Los nuevos procedimientos vienen a darle una forma distinta de hacer justicia laboral y civil y sus réditos se visualizarán a partir de procesos más cortos y resoluciones ágiles.
Nos corresponde darle impulso a reformas legales en otras materias, que también demandan una justicia pronta, como en agrario y familia.
¿Desde qué áreas el Poder Judicial apuesta por la transparencia y el combate a la corrupción?
CCH: El fortalecimiento de los órganos disciplinarios de la institución. La reestructuración del Tribunal de la Inspección Judicial, orientada a hacer más eficiente su labor y acortar los tiempos de resolución. Esto es una prioridad para esta Presidencia así como el combate a la corrupción es prioritario para el país.
¿La mejora de los servicios judiciales hacia donde se orienta?
CCH: En el Poder Judicial hemos apostado al desarrollo de las tecnologías, de cara a atender las necesidades de las personas usuarias y brindando un mayor acceso a la información que les interesa.
Contamos con una página web con información pública diversa, así como una aplicación móvil que permite tener un mayor control de los procesos que se tramitan, así como acceso a diversos servicios judiciales con solo un clic.
Tratamos de facilitar las gestiones de las personas usuarias desde la tecnología, mediante sistemas de gestión en línea, que no requiere el desplazamiento de las personas hasta los despachos judiciales a conocer el avance de sus asuntos.

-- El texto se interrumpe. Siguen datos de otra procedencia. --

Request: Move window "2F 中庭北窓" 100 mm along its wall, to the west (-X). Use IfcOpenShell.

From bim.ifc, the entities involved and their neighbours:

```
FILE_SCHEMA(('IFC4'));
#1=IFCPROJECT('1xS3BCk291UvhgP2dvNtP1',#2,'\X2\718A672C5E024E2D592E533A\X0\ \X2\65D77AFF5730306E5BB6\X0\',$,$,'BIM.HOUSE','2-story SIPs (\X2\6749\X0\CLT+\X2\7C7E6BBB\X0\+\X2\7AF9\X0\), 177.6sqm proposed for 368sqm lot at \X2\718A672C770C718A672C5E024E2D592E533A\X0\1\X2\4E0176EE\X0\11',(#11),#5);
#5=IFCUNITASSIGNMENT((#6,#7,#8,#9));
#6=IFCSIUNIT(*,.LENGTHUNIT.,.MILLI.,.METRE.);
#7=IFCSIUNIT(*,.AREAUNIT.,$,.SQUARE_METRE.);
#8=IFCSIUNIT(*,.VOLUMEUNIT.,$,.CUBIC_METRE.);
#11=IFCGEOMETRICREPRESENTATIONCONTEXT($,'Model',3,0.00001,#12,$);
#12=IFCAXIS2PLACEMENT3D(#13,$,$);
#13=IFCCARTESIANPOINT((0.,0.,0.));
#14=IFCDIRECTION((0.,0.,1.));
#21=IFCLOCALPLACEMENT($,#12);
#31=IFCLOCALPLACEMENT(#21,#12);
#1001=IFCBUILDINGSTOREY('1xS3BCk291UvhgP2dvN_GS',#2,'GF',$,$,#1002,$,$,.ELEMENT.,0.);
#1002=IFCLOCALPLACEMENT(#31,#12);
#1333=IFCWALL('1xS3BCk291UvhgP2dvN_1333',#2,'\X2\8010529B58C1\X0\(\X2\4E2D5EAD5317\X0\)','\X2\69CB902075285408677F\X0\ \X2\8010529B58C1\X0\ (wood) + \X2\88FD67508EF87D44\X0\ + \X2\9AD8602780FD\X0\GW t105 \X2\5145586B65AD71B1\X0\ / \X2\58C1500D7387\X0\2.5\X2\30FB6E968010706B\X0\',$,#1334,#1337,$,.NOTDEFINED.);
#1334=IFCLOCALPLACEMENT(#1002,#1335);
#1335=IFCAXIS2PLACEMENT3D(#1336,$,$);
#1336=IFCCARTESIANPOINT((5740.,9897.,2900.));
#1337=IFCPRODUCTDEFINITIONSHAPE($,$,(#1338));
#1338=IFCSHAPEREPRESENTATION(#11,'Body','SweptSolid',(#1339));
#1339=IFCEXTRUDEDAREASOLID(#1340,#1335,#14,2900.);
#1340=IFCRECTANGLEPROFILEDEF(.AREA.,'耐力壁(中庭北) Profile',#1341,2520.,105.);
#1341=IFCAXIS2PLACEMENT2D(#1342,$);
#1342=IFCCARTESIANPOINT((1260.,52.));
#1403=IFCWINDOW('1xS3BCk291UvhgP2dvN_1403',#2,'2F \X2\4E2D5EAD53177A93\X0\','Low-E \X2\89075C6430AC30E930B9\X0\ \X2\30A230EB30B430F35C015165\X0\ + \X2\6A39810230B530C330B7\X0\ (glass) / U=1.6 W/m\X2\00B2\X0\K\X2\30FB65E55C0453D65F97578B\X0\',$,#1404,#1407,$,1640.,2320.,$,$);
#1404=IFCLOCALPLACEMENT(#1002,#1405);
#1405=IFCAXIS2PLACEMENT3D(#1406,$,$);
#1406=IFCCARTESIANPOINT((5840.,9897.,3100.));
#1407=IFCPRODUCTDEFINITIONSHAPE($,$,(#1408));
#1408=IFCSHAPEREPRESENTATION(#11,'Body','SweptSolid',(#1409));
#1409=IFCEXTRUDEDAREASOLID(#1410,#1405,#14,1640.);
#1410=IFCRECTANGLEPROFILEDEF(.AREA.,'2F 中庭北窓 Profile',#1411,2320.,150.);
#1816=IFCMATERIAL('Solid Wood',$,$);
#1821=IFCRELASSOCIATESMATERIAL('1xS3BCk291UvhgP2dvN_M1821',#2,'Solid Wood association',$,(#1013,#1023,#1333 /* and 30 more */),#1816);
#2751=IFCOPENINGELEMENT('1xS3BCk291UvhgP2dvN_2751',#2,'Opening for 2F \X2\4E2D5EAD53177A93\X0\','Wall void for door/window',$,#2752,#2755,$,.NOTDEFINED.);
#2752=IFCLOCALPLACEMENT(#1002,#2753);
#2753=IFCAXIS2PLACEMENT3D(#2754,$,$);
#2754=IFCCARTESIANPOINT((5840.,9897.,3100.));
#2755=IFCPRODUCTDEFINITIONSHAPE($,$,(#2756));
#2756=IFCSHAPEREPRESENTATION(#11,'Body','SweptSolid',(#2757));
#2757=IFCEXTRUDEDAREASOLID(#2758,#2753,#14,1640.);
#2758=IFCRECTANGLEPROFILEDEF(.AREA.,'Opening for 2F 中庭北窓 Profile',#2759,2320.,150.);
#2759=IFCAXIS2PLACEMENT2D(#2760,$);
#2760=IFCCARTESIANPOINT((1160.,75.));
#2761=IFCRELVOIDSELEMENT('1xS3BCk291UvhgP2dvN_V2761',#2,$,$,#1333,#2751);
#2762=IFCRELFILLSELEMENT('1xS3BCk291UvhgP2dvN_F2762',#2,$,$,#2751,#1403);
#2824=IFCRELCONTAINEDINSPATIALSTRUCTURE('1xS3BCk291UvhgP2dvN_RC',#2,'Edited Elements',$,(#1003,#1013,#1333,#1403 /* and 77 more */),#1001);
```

```python
import ifcopenshell
import ifcopenshell.api.geometry
import ifcopenshell.util.placement
import ifcopenshell.util.unit

model = ifcopenshell.open("bim.ifc")
unit_scale = ifcopenshell.util.unit.calculate_unit_scale(model)

window = model.by_id(1403)
opening = window.FillsVoids[0].RelatingOpeningElement
wall = opening.VoidsElements[0].RelatingBuildingElement

wall_matrix = ifcopenshell.util.placement.get_local_placement(wall.ObjectPlacement)
shift = wall_matrix[:3, 0] * -0.1 / unit_scale
before = ifcopenshell.util.placement.get_local_placement(window.ObjectPlacement)[:3, 3].copy()

# The window is not placed relative to its opening, so move both.
for product in (opening, window):
    matrix = ifcopenshell.util.placement.get_local_placement(product.ObjectPlacement)
    matrix[:3, 3] += shift
    ifcopenshell.api.geometry.edit_object_placement(model, product=product, matrix=matrix, is_si=False)

after = ifcopenshell.util.placement.get_local_placement(window.ObjectPlacement)[:3, 3]
print("window moved by", (after - before).round(3) + 0.0)

model.write("bim-out.ifc")
```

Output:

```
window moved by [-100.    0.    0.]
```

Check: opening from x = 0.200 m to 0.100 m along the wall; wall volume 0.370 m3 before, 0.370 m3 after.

A lo interno hemos logrado cerrar la brecha digital y contar con todos los despachos judiciales integrados y con igual desarrollo tecnológico. Esto redundará significativamente en un mejor servicio de administración de justicia.
¿Qué grado de efectividad tendrá el trabajo en las reformas urgentes que demanda el Poder Judicial?
CCH: El compromiso de las y los magistrados que integran Corte Plena ha sido vital. Hemos integrado grupos de trabajo muy activos, cuyos productos se han ido concretando y ya algunos iniciaron su discusión en Corte Plena.
Definimos temas puntuales que impacten el funcionamiento de la institución como el establecimiento de la carrera fiscal y de la Defensa Pública y cambios en la carrera judicial, regulación de normas de conducta de las personas funcionarias judiciales, evaluación del desempeño, propuestas en la forma de elección de magistrados, reforzamiento de la materia disciplinaria interna, el impulso de la participación ciudadana dentro del Gobierno Judicial, reformas penales y análisis en las funciones de Corte Plena.
En muchos de estos temas el Poder Judicial ya venía trabajado en años anteriores y las estamos retomando para concretarlas en acciones.